The translated C++ code: #include <stdio.h>\nint a[100][100];\nint main()\n{\n int i,j;\n#pragma omp parallel for collapse(2)\n for (i=0;i<100;i++)\n for (j=0;j<100;j++)\n a[i][j]=a[i][j]+1;\n return 0;\n}\n\n

I used these the supervised finetuning scripts from deepspeed: DeepSpeedExamples/applications/DeepSpeed-Chat/training at master · microsoft/DeepSpeedExamples · GitHub to finetune the codellama-13b.

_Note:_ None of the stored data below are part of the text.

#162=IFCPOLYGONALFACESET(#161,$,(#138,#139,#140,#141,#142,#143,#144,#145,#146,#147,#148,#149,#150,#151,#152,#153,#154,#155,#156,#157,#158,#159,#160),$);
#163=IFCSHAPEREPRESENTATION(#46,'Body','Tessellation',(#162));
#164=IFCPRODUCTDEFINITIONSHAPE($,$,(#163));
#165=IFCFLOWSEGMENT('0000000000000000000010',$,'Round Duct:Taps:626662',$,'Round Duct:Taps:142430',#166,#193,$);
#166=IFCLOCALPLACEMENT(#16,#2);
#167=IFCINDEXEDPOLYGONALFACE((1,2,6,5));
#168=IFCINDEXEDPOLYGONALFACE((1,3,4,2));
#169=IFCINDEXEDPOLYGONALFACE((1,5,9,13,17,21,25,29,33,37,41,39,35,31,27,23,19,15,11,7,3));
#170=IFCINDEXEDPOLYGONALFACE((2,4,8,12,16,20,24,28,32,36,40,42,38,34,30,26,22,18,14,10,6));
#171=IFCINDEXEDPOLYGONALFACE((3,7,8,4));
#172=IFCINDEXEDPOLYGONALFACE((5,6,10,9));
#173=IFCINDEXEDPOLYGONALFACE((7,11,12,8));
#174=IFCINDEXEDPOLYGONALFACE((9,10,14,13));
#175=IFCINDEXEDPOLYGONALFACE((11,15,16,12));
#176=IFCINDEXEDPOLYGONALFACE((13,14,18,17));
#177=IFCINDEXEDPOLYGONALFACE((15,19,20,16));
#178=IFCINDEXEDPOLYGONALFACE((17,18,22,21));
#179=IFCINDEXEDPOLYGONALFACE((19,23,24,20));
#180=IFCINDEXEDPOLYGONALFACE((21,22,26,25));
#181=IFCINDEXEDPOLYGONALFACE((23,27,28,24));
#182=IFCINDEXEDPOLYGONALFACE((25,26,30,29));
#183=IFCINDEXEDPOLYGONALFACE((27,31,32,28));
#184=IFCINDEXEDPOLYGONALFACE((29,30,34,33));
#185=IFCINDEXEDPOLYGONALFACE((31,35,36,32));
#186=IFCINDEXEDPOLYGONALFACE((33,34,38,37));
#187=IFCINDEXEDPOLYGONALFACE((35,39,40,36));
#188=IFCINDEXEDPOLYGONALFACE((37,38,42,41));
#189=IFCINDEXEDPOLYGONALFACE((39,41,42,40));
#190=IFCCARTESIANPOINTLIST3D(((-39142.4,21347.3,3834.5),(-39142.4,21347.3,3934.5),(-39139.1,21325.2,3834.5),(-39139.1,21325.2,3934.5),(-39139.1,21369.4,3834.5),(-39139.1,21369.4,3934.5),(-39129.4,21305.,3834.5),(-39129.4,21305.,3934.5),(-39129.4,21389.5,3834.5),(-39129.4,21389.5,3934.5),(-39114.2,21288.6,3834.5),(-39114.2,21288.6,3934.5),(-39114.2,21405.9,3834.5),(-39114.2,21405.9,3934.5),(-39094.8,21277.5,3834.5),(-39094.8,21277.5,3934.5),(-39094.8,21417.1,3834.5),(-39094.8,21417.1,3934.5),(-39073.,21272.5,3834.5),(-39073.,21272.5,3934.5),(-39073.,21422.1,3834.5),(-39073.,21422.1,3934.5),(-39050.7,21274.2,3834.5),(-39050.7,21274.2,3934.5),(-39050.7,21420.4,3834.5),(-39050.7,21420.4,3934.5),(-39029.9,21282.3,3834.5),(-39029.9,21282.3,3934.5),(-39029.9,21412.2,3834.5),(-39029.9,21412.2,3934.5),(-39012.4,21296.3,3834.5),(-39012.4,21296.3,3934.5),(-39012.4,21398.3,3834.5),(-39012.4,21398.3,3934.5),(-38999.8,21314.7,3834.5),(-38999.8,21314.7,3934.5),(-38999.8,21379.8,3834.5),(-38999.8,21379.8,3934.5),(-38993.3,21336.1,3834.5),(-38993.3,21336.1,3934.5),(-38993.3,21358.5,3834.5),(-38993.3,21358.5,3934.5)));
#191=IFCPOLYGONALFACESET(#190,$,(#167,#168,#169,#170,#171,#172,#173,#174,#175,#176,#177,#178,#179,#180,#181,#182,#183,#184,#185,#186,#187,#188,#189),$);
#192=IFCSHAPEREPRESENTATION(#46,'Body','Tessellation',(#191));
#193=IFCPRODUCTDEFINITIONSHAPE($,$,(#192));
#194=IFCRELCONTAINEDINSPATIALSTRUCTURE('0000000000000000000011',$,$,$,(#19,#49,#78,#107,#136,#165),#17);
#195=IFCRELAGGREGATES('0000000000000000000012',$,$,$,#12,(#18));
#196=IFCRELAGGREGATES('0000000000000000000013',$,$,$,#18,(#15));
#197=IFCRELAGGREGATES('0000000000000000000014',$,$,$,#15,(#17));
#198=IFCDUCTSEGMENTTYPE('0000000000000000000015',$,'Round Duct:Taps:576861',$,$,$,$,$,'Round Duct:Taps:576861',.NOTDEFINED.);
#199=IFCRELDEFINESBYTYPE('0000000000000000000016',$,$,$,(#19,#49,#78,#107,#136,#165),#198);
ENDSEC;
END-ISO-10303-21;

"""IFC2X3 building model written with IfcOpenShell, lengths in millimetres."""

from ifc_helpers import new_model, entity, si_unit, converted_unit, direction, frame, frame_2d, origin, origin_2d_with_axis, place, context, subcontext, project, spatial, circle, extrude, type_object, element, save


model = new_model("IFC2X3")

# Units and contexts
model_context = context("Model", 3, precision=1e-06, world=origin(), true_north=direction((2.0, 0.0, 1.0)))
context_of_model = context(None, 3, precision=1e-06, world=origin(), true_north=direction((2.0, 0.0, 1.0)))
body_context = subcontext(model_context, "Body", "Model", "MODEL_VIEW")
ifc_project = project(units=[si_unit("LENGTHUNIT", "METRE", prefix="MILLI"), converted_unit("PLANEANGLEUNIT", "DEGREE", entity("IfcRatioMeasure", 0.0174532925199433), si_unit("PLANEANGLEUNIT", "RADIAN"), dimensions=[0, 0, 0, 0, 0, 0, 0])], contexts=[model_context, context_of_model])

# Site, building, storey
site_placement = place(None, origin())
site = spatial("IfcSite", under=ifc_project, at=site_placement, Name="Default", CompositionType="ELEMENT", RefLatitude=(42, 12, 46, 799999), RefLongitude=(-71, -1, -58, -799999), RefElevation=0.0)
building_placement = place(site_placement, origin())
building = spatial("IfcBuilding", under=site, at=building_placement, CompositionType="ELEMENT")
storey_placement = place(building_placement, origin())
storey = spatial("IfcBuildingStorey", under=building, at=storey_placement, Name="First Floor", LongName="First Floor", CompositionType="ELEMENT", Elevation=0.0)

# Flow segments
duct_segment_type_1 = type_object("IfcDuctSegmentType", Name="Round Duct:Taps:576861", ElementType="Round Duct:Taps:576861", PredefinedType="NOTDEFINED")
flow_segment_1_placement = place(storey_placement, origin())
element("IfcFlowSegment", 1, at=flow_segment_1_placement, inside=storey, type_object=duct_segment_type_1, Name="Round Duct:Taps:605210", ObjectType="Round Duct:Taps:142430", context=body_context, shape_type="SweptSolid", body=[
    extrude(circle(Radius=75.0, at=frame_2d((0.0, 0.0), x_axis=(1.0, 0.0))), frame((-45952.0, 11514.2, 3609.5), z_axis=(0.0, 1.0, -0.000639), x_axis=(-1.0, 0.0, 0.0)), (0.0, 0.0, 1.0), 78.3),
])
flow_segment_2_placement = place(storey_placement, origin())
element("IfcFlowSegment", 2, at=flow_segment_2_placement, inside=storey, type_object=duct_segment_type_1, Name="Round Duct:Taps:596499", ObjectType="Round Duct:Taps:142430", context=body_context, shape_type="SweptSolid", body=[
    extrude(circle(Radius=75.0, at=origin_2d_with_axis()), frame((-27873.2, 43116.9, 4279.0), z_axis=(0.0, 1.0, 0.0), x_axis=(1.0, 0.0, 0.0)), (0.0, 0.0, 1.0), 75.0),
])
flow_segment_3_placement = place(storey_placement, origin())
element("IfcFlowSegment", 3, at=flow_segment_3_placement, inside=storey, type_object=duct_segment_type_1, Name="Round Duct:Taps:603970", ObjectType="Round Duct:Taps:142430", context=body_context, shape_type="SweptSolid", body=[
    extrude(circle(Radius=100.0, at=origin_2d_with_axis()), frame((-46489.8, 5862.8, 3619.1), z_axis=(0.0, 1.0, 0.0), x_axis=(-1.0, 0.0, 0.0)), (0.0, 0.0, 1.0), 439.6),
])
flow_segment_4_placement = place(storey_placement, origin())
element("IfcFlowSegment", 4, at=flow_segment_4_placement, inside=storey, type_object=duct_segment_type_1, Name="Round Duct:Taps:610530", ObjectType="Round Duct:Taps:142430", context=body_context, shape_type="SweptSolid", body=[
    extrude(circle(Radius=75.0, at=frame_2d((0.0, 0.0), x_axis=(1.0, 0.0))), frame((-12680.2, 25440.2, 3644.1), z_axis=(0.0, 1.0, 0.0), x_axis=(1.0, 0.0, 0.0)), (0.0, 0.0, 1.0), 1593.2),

And my inference script looks like this:

from transformers import AutoModelForCausalLM, AutoConfig,CodeLlamaTokenizer
dump_device = f'cuda:{device_num}'  
    model_config = AutoConfig.from_pretrained(model_name_or_path)        
    model_class = AutoModelForCausalLM.from_config(model_config)
    model = model_class.from_pretrained(model_name_or_path,
                                        from_tf=bool(".ckpt" in model_name_or_path),
                                        config=model_config).to(dump_device)
    tokenizer = CodeLlamaTokenizer.from_pretrained(model_name_or_path,fast_tokenizer=True)
    model.config.end_token_id = tokenizer.eos_token_id
    model.config.pad_token_id = model.config.eos_token_id
    model.resize_token_embeddings(len(tokenizer))
    tokenizer.pad_token = tokenizer.eos_token
    if len(input_prompt) < max_prompt_length:
        if tokenizer.pad_token is None:
            tokenizer.pad_token = tokenizer.eos_token
        # attention_mask = input_ids.ne(tokenizer.pad_token_id).float().to(dump_device)
        outputs = model.generate(input_ids, max_length=max_tokens,num_return_sequences=n,eos_token_id=tokenizer.eos_token_id)
        generated_ans = []
        for i in range(n):
            predicted_answer = tokenizer.decode(outputs[i], skip_special_tokens=False)
            generated_ans.append(predicted_answer[len(input_prompt):])
    else:
        print("This task is out of my max prompt length limitation!")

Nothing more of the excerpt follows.